[Saved entries]
——————————
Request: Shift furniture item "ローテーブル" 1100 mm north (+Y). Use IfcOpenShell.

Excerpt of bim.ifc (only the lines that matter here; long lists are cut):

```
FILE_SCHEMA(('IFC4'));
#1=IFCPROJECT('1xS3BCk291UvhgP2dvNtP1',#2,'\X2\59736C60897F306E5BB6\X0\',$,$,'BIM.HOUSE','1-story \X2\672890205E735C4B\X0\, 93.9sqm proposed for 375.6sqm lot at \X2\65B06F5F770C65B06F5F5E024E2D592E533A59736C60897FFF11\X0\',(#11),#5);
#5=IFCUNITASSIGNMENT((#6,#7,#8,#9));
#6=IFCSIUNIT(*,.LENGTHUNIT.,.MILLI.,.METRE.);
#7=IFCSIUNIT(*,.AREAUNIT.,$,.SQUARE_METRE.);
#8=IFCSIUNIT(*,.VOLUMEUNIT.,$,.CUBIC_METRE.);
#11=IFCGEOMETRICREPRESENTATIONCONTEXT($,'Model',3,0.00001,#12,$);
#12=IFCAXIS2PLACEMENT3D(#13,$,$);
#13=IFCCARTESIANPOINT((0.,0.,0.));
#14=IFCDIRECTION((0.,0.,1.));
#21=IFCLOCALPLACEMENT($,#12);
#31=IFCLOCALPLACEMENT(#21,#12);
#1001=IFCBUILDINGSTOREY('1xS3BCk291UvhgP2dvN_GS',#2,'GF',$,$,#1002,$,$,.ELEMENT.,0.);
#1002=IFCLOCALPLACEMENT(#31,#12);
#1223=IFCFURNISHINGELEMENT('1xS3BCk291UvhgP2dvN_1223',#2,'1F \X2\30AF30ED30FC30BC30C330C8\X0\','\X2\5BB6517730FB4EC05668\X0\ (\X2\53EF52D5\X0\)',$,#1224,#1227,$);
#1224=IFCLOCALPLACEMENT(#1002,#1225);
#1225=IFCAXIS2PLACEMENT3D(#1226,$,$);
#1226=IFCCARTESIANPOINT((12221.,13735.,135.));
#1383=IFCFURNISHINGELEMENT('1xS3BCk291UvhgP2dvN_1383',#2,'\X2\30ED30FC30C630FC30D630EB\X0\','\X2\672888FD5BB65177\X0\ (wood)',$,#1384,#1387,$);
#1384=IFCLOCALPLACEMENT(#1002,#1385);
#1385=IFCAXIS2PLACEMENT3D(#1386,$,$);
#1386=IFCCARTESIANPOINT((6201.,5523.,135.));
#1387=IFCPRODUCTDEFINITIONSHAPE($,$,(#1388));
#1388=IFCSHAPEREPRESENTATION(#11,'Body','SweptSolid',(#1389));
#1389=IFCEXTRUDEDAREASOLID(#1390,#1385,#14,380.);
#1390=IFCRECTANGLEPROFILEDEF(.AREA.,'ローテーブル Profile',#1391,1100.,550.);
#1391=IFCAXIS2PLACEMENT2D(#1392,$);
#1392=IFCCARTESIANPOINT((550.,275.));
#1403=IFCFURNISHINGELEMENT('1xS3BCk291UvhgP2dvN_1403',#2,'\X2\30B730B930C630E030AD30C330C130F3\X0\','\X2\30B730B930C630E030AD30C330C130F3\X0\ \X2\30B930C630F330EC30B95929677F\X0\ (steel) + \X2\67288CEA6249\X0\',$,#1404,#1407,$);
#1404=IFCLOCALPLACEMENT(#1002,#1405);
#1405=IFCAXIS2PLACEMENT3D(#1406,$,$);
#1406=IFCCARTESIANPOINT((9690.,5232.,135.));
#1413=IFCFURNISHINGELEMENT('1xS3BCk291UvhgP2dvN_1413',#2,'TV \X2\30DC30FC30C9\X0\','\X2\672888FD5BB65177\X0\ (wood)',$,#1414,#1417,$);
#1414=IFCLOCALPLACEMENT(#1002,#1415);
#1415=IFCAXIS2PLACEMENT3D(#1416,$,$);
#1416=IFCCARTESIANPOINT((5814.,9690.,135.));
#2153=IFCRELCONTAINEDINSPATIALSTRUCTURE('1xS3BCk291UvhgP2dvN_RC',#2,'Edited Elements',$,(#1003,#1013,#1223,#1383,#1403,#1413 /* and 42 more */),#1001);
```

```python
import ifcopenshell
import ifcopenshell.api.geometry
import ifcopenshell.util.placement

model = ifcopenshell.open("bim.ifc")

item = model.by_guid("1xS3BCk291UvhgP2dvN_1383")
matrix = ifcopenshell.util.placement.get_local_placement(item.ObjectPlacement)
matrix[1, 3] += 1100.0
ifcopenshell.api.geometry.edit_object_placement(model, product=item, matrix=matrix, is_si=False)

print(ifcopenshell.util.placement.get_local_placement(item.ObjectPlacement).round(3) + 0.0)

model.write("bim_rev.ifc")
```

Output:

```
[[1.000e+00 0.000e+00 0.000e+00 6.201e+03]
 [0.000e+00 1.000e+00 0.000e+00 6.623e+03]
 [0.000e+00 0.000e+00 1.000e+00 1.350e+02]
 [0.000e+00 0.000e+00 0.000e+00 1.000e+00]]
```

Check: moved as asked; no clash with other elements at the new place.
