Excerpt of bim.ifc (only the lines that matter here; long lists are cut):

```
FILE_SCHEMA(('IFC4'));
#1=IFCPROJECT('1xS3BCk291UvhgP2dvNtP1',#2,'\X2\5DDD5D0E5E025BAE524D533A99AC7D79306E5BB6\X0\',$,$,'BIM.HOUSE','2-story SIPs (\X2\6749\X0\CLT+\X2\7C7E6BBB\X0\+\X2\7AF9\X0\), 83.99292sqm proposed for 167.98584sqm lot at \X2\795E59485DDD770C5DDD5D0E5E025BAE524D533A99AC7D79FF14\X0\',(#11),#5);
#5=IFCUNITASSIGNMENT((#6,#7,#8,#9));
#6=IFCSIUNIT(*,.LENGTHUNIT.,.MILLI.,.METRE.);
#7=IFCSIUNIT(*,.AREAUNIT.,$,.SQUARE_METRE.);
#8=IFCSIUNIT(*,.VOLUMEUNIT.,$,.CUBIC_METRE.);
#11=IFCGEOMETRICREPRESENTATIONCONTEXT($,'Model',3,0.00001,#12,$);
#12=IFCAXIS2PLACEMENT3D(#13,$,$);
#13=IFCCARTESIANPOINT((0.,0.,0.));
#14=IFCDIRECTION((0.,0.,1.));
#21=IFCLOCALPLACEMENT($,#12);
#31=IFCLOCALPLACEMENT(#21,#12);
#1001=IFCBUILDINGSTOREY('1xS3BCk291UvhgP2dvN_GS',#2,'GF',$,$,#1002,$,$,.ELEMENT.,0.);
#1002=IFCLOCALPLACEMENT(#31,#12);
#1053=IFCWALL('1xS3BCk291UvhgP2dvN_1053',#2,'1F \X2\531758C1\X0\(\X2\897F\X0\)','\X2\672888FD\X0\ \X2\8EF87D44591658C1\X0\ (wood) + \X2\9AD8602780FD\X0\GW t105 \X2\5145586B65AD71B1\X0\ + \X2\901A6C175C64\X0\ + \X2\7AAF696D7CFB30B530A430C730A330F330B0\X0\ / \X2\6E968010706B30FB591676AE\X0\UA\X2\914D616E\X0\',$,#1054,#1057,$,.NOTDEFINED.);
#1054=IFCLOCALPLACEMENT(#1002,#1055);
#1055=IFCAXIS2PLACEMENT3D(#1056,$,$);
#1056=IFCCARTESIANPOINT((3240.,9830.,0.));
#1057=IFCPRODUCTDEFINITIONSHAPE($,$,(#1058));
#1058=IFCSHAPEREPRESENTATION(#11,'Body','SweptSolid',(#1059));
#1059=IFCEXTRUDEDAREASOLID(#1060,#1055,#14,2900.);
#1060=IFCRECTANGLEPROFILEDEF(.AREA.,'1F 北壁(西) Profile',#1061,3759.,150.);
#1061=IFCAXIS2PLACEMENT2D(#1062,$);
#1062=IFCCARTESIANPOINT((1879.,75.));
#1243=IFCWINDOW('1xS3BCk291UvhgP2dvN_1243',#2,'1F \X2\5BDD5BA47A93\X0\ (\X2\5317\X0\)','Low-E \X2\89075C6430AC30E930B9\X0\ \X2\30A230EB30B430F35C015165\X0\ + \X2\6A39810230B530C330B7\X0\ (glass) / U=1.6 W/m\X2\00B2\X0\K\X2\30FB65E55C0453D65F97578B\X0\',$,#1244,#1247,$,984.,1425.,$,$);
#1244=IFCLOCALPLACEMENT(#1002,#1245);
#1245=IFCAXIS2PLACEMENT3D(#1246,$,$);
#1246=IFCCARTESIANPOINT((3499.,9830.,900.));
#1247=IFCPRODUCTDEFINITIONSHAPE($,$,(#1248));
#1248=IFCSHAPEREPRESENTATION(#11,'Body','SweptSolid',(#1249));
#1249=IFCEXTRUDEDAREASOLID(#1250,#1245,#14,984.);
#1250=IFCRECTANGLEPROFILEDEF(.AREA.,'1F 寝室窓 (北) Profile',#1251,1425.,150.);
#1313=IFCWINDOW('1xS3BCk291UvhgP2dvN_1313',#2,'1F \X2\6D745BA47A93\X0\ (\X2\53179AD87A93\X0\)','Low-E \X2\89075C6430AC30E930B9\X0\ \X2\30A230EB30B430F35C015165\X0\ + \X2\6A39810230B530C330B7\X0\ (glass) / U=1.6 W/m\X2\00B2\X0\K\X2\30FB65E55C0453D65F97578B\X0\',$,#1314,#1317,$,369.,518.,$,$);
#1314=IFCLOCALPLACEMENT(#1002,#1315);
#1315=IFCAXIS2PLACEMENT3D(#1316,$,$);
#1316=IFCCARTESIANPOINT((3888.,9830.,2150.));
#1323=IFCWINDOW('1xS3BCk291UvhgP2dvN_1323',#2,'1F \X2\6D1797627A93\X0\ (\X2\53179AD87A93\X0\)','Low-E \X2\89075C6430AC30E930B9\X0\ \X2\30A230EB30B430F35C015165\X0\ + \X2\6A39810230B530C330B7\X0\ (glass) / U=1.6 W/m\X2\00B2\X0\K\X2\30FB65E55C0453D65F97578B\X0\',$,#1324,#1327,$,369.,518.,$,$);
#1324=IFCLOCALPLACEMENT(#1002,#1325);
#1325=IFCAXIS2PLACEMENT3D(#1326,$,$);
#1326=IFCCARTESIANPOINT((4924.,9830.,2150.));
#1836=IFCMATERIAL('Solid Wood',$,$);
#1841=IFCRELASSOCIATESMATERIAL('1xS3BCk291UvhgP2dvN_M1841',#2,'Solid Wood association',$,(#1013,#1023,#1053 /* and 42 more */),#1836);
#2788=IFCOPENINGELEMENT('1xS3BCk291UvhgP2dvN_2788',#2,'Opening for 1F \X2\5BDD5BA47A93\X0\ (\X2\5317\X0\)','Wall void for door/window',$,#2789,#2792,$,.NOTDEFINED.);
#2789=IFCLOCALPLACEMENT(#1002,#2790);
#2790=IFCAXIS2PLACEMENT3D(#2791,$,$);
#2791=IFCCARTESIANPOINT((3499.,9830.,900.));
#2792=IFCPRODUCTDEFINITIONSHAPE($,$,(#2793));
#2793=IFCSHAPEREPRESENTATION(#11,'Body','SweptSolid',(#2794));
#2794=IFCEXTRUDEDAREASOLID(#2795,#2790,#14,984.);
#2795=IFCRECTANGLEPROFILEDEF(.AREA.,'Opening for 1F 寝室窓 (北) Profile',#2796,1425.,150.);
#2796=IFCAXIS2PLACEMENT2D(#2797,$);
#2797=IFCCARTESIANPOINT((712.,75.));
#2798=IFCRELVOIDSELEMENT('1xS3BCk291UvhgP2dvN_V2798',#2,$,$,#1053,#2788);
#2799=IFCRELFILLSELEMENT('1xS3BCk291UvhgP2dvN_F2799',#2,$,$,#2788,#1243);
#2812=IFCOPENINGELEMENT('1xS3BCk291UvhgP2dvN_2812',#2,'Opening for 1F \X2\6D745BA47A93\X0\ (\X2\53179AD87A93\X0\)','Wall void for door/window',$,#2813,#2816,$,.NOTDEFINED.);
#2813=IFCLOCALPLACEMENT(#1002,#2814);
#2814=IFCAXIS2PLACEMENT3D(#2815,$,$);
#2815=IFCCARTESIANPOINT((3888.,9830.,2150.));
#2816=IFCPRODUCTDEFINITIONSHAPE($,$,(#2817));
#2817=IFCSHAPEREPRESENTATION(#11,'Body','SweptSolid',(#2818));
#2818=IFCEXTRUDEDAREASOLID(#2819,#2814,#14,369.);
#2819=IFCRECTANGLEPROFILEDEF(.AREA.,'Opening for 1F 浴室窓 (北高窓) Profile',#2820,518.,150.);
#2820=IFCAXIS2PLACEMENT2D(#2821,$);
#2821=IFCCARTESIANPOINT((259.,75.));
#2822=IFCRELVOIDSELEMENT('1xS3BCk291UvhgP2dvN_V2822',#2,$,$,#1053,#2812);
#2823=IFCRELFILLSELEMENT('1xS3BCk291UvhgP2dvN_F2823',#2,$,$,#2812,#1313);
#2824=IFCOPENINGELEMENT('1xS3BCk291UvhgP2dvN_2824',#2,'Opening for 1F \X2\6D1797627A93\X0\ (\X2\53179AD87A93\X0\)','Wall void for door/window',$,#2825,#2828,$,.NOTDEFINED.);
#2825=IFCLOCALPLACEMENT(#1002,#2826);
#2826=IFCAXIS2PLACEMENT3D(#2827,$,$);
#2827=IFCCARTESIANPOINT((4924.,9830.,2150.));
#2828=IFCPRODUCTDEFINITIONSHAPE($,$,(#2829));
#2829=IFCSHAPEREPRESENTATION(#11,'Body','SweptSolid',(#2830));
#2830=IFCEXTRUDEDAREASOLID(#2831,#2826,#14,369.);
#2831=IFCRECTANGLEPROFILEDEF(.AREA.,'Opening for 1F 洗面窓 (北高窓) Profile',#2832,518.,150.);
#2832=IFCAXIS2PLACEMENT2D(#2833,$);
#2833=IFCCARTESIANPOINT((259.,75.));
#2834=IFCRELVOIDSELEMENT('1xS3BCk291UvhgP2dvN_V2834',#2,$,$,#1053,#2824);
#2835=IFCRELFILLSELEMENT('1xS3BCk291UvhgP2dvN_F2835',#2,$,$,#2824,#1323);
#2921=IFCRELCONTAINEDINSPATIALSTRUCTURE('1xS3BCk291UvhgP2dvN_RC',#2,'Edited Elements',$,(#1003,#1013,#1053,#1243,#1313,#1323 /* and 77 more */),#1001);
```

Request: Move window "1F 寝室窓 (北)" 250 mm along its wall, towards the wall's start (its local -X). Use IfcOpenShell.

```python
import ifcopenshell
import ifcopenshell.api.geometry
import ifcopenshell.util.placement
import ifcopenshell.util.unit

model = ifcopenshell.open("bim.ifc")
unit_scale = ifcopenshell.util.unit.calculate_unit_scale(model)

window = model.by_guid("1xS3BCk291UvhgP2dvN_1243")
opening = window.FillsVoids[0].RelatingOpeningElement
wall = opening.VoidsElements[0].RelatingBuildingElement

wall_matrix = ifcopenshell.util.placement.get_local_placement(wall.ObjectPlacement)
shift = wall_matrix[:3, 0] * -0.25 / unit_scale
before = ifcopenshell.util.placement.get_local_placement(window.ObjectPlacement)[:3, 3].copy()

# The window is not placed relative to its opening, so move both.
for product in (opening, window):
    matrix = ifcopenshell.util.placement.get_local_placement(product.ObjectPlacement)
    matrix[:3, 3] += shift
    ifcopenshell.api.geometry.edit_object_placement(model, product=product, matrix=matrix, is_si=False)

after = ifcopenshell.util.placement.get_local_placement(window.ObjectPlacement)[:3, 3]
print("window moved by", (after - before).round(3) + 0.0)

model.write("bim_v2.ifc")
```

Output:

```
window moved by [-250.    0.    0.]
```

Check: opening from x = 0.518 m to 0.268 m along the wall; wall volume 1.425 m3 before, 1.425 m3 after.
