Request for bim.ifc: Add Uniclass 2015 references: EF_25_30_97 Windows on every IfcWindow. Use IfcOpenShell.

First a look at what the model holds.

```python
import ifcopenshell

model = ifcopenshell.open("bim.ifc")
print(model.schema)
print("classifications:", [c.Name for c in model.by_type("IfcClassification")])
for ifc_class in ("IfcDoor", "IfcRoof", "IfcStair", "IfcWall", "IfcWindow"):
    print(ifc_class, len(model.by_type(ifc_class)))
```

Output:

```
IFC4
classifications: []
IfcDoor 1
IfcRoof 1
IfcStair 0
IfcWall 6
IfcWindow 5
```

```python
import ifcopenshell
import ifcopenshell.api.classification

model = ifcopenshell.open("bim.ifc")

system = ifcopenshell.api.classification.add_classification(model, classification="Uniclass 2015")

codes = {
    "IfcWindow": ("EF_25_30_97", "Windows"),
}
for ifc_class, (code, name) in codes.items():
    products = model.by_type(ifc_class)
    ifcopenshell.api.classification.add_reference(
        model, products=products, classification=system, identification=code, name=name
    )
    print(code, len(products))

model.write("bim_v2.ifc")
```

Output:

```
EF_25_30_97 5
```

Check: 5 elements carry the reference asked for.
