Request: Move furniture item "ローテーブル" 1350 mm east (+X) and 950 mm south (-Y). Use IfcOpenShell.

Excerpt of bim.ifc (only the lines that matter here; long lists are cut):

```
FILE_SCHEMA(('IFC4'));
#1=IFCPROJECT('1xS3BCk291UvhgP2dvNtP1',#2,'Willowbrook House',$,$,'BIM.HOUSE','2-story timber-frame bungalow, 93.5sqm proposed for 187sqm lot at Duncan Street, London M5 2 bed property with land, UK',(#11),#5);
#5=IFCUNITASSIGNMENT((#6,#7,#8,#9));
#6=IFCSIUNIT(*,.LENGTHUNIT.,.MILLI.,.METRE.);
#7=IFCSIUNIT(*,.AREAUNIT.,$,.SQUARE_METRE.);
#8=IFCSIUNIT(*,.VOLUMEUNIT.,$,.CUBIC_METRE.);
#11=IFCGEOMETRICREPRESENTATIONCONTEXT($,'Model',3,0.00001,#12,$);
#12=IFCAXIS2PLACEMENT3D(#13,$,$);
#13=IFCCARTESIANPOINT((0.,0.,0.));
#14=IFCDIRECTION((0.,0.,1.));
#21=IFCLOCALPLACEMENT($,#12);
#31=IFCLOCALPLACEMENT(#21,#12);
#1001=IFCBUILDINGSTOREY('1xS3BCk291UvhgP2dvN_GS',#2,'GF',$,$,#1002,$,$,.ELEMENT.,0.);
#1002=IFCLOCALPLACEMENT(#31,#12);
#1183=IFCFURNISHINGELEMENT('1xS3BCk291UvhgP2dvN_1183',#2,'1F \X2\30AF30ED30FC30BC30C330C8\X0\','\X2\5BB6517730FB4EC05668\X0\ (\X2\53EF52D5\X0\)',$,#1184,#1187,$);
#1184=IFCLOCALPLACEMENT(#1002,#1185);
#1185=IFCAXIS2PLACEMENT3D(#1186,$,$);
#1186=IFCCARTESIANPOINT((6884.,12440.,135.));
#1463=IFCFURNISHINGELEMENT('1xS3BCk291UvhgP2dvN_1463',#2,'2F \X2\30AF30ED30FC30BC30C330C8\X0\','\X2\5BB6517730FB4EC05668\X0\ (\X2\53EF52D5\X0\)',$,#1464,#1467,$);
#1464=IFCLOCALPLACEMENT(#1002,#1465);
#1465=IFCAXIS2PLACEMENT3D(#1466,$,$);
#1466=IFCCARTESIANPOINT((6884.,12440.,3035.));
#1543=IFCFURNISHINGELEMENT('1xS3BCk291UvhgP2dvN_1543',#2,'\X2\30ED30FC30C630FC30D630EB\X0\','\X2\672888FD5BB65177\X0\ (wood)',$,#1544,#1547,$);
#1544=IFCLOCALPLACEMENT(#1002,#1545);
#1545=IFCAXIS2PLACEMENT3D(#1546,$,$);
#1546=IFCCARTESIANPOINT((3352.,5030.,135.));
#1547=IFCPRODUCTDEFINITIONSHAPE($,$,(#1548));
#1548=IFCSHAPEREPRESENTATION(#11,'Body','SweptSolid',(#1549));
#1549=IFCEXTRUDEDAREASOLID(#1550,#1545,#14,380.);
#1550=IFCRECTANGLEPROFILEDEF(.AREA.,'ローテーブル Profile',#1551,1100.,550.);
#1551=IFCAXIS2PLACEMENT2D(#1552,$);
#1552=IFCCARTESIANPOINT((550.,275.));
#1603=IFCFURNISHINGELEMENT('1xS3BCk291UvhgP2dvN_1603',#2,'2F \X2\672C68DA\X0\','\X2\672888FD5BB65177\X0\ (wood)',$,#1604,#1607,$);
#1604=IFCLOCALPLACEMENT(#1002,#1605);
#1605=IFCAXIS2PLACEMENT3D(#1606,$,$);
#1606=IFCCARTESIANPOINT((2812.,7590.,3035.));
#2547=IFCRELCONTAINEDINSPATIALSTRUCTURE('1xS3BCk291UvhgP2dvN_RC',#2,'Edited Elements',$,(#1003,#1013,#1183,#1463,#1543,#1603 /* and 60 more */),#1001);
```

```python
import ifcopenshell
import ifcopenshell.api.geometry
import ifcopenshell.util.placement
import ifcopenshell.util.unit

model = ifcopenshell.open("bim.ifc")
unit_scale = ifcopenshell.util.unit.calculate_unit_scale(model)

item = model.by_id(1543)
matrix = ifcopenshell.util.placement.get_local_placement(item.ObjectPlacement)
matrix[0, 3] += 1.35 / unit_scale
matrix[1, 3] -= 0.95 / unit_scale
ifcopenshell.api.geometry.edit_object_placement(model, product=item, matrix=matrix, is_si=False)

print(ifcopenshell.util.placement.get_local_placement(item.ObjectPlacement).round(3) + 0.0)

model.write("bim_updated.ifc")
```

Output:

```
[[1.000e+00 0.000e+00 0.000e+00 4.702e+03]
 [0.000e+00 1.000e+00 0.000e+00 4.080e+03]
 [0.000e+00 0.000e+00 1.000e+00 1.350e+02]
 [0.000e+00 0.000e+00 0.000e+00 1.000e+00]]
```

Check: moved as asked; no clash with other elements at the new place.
——————————
Copy every line of the data that carries the word "story".

ANSWER TO THIS PROBLEM =
#1=IFCPROJECT('1xS3BCk291UvhgP2dvNtP1',#2,'\X2\59736C60897F306E5BB6\X0\',$,$,'BIM.HOUSE','1-story \X2\672890205E735C4B\X0\, 93.9sqm proposed for 375.6sqm lot at \X2\65B06F5F770C65B06F5F5E024E2D592E533A59736C60897FFF11\X0\',(#11),#5);
#1=IFCPROJECT('1xS3BCk291UvhgP2dvNtP1',#2,'\X2\5DDD5D0E5E025BAE524D533A99AC7D79306E5BB6\X0\',$,$,'BIM.HOUSE','2-story SIPs (\X2\6749\X0\CLT+\X2\7C7E6BBB\X0\+\X2\7AF9\X0\), 83.99292sqm proposed for 167.98584sqm lot at \X2\795E59485DDD770C5DDD5D0E5E025BAE524D533A99AC7D79FF14\X0\',(#11),#5);
#1=IFCPROJECT('1xS3BCk291UvhgP2dvNtP1',#2,'Willowbrook House',$,$,'BIM.HOUSE','2-story timber-frame bungalow, 93.5sqm proposed for 187sqm lot at Duncan Street, London M5 2 bed property with land, UK',(#11),#5);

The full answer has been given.